(Beginning of Data for review)

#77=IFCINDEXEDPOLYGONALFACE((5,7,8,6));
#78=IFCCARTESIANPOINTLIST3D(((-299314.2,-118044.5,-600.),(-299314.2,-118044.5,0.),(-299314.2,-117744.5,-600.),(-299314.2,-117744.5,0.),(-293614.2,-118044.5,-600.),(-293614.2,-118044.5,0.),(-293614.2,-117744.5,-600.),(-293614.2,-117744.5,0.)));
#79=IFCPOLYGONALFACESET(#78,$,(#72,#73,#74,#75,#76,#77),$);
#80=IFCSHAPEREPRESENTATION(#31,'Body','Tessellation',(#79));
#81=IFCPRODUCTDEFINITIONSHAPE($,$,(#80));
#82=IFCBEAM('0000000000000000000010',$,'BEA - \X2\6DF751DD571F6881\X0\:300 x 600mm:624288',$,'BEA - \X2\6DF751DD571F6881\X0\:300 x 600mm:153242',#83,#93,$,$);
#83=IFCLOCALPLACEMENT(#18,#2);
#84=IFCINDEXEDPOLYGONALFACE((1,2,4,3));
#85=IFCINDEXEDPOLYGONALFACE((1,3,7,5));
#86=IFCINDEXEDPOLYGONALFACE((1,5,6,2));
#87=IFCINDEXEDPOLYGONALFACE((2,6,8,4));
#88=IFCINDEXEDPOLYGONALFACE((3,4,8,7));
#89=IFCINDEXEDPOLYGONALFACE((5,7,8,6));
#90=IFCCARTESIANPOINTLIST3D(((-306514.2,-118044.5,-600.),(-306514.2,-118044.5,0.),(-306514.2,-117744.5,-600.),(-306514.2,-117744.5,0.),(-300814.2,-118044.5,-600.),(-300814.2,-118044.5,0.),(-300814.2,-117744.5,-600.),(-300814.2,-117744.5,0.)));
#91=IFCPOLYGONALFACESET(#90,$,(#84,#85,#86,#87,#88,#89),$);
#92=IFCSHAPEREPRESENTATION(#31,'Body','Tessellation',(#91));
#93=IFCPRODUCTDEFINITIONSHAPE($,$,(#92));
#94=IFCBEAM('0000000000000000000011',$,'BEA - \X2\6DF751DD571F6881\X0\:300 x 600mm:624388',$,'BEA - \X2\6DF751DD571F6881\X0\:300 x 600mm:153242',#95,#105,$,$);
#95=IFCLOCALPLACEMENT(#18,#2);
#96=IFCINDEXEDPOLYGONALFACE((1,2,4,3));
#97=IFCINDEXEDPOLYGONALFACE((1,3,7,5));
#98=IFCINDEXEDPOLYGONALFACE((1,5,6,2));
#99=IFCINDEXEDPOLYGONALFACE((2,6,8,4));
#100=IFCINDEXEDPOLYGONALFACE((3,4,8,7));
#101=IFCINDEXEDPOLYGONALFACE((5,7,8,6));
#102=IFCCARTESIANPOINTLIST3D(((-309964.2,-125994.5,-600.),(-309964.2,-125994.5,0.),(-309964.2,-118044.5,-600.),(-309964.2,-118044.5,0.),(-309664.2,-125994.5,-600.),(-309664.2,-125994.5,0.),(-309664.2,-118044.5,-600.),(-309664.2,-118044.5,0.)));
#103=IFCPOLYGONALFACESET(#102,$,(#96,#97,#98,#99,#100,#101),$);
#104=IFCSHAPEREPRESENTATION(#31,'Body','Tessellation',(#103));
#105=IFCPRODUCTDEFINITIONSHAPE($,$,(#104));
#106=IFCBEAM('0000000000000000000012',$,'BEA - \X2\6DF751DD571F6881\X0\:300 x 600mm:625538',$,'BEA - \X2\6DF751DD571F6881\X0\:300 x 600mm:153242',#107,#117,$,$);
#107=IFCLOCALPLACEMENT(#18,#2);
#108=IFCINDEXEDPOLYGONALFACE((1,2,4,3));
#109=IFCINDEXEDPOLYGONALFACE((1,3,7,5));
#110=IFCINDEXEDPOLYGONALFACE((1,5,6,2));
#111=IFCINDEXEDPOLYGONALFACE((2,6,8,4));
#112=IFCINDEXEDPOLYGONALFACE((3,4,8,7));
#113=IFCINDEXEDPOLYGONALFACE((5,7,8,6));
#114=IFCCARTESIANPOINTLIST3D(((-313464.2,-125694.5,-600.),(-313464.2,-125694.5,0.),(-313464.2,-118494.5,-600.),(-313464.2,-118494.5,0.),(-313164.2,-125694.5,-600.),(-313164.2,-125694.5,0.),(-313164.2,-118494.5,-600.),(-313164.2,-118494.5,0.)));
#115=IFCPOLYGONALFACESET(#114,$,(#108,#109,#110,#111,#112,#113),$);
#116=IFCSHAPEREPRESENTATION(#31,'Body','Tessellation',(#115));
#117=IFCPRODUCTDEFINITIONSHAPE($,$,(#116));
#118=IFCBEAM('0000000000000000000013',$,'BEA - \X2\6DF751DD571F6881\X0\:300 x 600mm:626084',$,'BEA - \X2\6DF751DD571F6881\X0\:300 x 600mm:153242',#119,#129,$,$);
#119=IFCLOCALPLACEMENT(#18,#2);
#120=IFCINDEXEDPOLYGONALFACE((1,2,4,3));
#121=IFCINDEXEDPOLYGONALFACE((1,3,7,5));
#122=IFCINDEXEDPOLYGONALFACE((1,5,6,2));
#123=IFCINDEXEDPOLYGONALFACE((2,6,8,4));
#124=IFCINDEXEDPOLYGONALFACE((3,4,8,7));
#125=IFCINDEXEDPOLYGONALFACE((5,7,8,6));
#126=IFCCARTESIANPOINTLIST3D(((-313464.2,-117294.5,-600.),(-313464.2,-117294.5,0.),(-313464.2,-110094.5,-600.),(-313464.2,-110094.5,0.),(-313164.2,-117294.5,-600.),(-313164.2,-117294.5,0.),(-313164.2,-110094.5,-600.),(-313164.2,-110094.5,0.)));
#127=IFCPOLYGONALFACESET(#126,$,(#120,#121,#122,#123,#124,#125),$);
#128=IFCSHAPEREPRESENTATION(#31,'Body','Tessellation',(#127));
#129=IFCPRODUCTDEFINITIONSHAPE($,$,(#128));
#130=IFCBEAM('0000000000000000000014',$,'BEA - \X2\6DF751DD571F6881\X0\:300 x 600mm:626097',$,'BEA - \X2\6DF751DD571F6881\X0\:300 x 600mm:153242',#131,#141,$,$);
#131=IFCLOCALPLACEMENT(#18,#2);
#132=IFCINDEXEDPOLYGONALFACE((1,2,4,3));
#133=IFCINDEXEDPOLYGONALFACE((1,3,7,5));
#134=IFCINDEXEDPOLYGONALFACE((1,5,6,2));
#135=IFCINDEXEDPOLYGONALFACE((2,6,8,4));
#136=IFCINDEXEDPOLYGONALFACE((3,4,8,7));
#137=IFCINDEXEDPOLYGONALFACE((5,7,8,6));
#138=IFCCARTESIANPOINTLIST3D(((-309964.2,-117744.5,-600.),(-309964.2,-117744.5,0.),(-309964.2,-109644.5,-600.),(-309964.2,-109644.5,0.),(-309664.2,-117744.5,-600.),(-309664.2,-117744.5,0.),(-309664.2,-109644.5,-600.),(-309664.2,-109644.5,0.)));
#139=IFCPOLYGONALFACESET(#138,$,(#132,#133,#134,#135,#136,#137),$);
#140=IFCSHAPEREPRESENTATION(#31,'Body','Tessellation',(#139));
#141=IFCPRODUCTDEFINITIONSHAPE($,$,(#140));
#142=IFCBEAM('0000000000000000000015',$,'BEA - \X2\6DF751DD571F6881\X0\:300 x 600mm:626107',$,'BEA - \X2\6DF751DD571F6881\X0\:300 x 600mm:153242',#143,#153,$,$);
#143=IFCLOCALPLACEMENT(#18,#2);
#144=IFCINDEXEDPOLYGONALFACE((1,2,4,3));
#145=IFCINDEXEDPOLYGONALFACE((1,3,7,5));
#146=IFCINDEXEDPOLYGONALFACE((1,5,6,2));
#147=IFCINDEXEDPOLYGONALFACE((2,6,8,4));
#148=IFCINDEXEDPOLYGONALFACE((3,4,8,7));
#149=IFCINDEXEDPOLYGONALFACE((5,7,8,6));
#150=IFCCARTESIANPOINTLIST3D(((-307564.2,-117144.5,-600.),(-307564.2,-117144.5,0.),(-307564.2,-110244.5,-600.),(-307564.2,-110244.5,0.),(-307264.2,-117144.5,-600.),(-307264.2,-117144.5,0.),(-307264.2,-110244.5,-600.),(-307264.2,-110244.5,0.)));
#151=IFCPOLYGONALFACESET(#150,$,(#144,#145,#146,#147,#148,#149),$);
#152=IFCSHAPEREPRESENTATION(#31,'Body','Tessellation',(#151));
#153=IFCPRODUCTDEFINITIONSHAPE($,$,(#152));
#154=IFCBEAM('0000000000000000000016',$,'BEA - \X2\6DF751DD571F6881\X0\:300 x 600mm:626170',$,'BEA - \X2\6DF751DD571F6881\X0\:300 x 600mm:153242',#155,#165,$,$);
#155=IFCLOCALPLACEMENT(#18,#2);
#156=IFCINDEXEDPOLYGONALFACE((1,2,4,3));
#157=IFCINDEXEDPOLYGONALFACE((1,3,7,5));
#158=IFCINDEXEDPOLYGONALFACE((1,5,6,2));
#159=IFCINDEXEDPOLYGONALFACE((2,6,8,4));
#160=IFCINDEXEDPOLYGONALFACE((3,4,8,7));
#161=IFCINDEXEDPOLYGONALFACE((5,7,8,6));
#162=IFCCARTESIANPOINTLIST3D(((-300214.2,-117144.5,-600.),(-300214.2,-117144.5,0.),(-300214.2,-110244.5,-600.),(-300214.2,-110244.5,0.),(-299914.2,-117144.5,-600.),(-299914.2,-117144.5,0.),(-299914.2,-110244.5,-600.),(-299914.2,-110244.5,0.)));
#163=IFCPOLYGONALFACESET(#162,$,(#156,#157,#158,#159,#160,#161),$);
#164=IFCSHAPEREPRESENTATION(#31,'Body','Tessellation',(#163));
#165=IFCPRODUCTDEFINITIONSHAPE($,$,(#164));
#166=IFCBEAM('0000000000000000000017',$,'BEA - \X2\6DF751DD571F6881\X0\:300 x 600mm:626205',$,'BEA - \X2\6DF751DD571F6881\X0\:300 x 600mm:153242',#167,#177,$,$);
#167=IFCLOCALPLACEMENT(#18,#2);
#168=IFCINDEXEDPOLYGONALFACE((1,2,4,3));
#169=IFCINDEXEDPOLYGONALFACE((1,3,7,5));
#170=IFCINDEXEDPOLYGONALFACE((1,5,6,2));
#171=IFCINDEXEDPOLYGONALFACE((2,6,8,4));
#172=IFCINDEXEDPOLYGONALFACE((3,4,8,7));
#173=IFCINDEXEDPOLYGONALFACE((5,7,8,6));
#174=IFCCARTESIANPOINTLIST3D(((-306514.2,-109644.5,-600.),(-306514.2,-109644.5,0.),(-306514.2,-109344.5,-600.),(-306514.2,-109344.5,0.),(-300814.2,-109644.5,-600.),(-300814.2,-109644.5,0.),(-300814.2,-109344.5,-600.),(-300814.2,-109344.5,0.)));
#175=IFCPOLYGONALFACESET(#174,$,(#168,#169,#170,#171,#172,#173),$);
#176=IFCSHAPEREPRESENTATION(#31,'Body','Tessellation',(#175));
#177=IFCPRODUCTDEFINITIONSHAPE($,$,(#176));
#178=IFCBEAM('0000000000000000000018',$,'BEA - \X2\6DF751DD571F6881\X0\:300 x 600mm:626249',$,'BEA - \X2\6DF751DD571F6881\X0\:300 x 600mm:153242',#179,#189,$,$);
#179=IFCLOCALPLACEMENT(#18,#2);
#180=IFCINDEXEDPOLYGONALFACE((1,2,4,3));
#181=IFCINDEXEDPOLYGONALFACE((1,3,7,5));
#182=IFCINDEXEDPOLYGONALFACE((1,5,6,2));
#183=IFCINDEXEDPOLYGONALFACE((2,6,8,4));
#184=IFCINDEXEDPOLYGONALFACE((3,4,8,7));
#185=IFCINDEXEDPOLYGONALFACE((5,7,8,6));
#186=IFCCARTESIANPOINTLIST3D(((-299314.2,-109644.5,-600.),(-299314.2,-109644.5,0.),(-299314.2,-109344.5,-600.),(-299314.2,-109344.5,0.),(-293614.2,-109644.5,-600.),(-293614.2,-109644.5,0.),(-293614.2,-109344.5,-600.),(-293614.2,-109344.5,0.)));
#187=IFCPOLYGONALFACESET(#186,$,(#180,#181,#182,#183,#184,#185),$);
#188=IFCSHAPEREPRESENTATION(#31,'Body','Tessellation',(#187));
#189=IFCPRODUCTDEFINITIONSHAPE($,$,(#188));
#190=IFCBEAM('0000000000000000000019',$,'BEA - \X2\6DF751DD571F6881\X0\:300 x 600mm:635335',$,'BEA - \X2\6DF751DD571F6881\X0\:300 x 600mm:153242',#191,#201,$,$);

(End of Data for review)

#### [Requirement]
From the material above, copy exactly the lines between the line holding "#144=IFCINDEXEDPOLYGONALFACE((1,2,4,3));" and the line holding "#173=IFCINDEXEDPOLYGONALFACE((5,7,8,6));", inclusive, and only those.

#### [Completed exercise]
#144=IFCINDEXEDPOLYGONALFACE((1,2,4,3));
#145=IFCINDEXEDPOLYGONALFACE((1,3,7,5));
#146=IFCINDEXEDPOLYGONALFACE((1,5,6,2));
#147=IFCINDEXEDPOLYGONALFACE((2,6,8,4));
#148=IFCINDEXEDPOLYGONALFACE((3,4,8,7));
#149=IFCINDEXEDPOLYGONALFACE((5,7,8,6));
#150=IFCCARTESIANPOINTLIST3D(((-307564.2,-117144.5,-600.),(-307564.2,-117144.5,0.),(-307564.2,-110244.5,-600.),(-307564.2,-110244.5,0.),(-307264.2,-117144.5,-600.),(-307264.2,-117144.5,0.),(-307264.2,-110244.5,-600.),(-307264.2,-110244.5,0.)));
#151=IFCPOLYGONALFACESET(#150,$,(#144,#145,#146,#147,#148,#149),$);
#152=IFCSHAPEREPRESENTATION(#31,'Body','Tessellation',(#151));
#153=IFCPRODUCTDEFINITIONSHAPE($,$,(#152));
#154=IFCBEAM('0000000000000000000016',$,'BEA - \X2\6DF751DD571F6881\X0\:300 x 600mm:626170',$,'BEA - \X2\6DF751DD571F6881\X0\:300 x 600mm:153242',#155,#165,$,$);
#155=IFCLOCALPLACEMENT(#18,#2);
#156=IFCINDEXEDPOLYGONALFACE((1,2,4,3));
#157=IFCINDEXEDPOLYGONALFACE((1,3,7,5));
#158=IFCINDEXEDPOLYGONALFACE((1,5,6,2));
#159=IFCINDEXEDPOLYGONALFACE((2,6,8,4));
#160=IFCINDEXEDPOLYGONALFACE((3,4,8,7));
#161=IFCINDEXEDPOLYGONALFACE((5,7,8,6));
#162=IFCCARTESIANPOINTLIST3D(((-300214.2,-117144.5,-600.),(-300214.2,-117144.5,0.),(-300214.2,-110244.5,-600.),(-300214.2,-110244.5,0.),(-299914.2,-117144.5,-600.),(-299914.2,-117144.5,0.),(-299914.2,-110244.5,-600.),(-299914.2,-110244.5,0.)));
#163=IFCPOLYGONALFACESET(#162,$,(#156,#157,#158,#159,#160,#161),$);
#164=IFCSHAPEREPRESENTATION(#31,'Body','Tessellation',(#163));
#165=IFCPRODUCTDEFINITIONSHAPE($,$,(#164));
#166=IFCBEAM('0000000000000000000017',$,'BEA - \X2\6DF751DD571F6881\X0\:300 x 600mm:626205',$,'BEA - \X2\6DF751DD571F6881\X0\:300 x 600mm:153242',#167,#177,$,$);
#167=IFCLOCALPLACEMENT(#18,#2);
#168=IFCINDEXEDPOLYGONALFACE((1,2,4,3));
#169=IFCINDEXEDPOLYGONALFACE((1,3,7,5));
#170=IFCINDEXEDPOLYGONALFACE((1,5,6,2));
#171=IFCINDEXEDPOLYGONALFACE((2,6,8,4));
#172=IFCINDEXEDPOLYGONALFACE((3,4,8,7));
#173=IFCINDEXEDPOLYGONALFACE((5,7,8,6));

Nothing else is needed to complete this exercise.